▶ **Exercise goal**
What is the number of lines below that contain the word "Body"? Give only that number.

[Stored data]

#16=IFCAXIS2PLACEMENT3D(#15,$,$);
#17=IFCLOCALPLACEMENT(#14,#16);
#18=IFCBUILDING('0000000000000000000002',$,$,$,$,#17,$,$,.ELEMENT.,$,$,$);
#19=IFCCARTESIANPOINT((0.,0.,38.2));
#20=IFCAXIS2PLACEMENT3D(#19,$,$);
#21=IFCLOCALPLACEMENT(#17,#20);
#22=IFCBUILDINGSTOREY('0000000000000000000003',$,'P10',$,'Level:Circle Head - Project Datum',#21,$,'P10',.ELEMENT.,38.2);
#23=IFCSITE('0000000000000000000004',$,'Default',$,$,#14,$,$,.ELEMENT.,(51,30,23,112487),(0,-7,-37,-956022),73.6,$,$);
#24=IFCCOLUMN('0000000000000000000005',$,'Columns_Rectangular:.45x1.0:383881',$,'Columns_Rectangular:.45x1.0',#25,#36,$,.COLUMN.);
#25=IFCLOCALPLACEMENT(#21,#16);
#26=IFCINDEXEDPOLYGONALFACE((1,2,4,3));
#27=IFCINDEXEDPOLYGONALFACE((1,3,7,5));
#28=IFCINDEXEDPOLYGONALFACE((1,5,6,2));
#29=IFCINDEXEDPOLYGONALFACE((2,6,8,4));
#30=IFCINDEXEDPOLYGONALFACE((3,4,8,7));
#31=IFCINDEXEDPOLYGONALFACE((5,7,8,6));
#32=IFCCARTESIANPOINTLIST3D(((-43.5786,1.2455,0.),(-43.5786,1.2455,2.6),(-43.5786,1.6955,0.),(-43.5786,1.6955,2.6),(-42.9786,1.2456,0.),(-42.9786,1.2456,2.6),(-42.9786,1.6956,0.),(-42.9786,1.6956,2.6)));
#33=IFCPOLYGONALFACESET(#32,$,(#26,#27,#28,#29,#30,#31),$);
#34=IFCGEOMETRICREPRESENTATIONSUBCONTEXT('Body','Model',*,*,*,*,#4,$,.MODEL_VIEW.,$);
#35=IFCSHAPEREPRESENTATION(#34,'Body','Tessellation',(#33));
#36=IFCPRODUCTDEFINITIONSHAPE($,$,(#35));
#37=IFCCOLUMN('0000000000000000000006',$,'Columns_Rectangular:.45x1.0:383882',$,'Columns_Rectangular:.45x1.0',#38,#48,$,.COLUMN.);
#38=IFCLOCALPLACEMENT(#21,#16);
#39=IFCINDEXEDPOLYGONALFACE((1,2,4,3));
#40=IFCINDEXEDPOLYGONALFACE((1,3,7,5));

▶ **Answer box**
2